Criticality in self-dual sine-Gordon models

TL;DR

This paper investigates the critical behavior of self-dual sine-Gordon models at specific coupling values, revealing their relation to well-known universality classes like the three-state Potts model through non-perturbative methods.

Contribution

It provides a detailed analysis of the N=3 case, connecting the self-dual sine-Gordon model to Z3 criticality via integrable deformations and conformal field theory techniques.

Findings

The N=3 model exhibits Z3 universality class criticality.

Mapping to integrable deformations clarifies the infrared fixed points.

Connections to Wess-Zumino-Novikov-Witten models are established.

Abstract

We discuss the nature of criticality in the $\beta^2 = 2 \pi N$ self-dual extention of the sine-Gordon model. This field theory is related to the two-dimensional classical XY model with a N-fold degenerate symmetry-breaking field.

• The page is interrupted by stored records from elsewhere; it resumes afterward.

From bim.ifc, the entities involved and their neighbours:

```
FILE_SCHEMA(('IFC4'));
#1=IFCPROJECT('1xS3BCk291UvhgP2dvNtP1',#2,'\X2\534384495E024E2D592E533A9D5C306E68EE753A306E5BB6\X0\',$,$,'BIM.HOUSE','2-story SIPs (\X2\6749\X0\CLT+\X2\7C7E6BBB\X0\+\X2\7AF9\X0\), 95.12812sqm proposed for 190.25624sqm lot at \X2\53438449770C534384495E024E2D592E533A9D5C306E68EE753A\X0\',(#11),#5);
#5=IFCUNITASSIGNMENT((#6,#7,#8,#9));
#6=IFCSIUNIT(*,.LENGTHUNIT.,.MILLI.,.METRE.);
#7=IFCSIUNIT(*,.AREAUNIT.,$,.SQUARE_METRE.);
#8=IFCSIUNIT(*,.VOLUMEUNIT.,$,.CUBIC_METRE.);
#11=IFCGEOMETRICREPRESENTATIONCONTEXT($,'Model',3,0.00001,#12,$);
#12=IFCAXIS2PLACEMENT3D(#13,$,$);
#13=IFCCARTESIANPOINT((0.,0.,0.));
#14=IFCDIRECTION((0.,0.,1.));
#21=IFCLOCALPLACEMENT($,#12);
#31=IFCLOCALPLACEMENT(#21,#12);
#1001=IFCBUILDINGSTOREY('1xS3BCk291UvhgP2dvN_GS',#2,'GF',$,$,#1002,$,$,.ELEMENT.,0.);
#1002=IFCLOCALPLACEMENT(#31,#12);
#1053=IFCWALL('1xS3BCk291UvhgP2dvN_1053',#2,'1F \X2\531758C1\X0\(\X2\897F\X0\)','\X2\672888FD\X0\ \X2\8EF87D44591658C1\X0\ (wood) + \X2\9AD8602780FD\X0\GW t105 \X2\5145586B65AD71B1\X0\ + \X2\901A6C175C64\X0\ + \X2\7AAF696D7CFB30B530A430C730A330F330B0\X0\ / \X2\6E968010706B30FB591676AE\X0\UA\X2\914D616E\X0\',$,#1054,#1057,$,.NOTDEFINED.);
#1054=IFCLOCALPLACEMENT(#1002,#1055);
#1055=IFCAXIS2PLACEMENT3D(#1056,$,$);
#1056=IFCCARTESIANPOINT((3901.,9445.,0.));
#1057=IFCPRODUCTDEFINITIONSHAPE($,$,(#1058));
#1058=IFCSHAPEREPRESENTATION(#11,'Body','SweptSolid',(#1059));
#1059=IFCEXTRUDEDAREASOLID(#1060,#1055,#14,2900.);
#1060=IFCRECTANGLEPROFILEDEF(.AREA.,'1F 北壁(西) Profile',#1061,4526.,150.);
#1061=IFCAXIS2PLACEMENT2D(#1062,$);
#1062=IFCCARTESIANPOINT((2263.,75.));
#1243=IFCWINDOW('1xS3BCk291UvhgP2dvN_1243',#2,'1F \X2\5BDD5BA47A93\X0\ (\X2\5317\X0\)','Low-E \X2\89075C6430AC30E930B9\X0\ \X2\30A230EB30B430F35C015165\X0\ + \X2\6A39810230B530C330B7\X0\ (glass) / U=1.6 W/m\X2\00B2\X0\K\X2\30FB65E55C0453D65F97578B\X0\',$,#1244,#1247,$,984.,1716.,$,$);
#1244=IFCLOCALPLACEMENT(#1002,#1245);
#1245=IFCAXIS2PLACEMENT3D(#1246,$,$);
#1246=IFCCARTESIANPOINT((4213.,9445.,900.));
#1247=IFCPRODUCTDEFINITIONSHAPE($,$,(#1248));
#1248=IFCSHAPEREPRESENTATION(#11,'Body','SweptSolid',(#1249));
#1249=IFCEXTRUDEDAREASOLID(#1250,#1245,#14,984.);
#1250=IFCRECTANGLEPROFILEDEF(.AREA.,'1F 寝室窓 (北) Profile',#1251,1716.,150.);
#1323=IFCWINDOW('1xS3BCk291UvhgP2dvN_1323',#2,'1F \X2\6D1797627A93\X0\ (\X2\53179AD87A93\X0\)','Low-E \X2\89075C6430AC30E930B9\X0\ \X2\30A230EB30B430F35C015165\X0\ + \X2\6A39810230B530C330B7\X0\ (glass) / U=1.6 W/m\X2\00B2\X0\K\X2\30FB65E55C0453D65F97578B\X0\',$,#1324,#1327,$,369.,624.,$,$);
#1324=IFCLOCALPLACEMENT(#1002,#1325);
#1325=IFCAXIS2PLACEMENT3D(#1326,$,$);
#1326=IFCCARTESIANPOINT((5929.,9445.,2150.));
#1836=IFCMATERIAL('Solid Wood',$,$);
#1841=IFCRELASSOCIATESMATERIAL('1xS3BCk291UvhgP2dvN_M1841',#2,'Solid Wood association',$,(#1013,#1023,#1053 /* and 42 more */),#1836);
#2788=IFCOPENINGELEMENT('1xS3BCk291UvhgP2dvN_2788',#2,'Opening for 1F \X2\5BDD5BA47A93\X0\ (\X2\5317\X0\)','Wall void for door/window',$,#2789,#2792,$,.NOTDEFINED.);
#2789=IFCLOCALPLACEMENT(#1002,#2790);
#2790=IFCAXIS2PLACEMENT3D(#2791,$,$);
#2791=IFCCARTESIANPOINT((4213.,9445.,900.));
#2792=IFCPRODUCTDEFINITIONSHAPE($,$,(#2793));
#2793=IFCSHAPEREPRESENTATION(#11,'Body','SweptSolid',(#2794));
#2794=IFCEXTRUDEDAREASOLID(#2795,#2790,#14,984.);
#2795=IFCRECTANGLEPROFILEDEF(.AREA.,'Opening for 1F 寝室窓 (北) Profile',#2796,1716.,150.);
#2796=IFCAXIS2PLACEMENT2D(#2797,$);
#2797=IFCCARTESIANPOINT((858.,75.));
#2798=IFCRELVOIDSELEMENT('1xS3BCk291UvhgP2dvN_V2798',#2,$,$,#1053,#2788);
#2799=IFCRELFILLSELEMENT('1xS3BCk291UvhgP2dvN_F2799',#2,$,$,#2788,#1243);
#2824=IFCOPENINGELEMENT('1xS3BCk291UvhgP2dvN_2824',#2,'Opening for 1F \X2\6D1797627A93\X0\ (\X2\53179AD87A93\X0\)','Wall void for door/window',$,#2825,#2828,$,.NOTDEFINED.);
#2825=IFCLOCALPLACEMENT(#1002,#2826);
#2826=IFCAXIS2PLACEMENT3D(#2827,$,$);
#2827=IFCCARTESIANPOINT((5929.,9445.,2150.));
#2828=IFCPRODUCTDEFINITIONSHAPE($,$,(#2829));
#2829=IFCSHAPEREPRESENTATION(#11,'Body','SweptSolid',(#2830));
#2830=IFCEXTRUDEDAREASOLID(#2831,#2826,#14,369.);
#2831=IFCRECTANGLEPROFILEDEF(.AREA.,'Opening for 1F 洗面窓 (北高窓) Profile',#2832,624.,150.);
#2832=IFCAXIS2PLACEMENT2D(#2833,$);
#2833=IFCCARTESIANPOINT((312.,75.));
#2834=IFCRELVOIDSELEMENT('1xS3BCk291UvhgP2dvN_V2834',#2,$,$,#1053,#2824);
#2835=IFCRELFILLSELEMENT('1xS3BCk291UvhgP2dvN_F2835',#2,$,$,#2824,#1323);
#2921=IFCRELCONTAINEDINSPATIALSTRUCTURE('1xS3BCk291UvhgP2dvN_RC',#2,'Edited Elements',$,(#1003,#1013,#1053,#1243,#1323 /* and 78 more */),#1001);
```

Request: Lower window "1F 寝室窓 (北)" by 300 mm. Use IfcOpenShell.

```python
import numpy as np
import ifcopenshell
import ifcopenshell.api.geometry
import ifcopenshell.util.placement
import ifcopenshell.util.unit

model = ifcopenshell.open("bim.ifc")
unit_scale = ifcopenshell.util.unit.calculate_unit_scale(model)

window = model.by_guid("1xS3BCk291UvhgP2dvN_1243")
opening = window.FillsVoids[0].RelatingOpeningElement
dz = -0.3 / unit_scale

shift = np.array([0.0, 0.0, dz])
# The window is not placed relative to its opening, so move both.
for product in (opening, window):
    matrix = ifcopenshell.util.placement.get_local_placement(product.ObjectPlacement)
    matrix[:3, 3] += shift
    ifcopenshell.api.geometry.edit_object_placement(model, product=product, matrix=matrix, is_si=False)

print(f"moved by {dz * unit_scale:+.3f} m")

model.write("bim_edited.ifc")
```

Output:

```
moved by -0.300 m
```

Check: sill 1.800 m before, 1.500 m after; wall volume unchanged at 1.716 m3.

We briefly overview the already studied cases $N=2,4$ and analyze in detail the case N=3 where a single phase transition in the three-state Potts universality class is expected to occur. The Z$_3$ infrared critical properties of the $\beta^2 = 6 \pi$ self-dual sine-Gordon model are derived using two non-perturbative approaches. On one hand, we map the model onto an integrable deformation of the Z$_4$ parafermion theory. The latter is known to flow to a massless Z$_3$ infrared fixed point. Another route is based on the connection with a chirally asymmetric, su(2)$_4$ $\otimes$ su(2)$_1$ Wess-Zumino-Novikov-Witten model with anisotropic current-current interaction, where we explore the existence of a decoupling (Toulouse) point.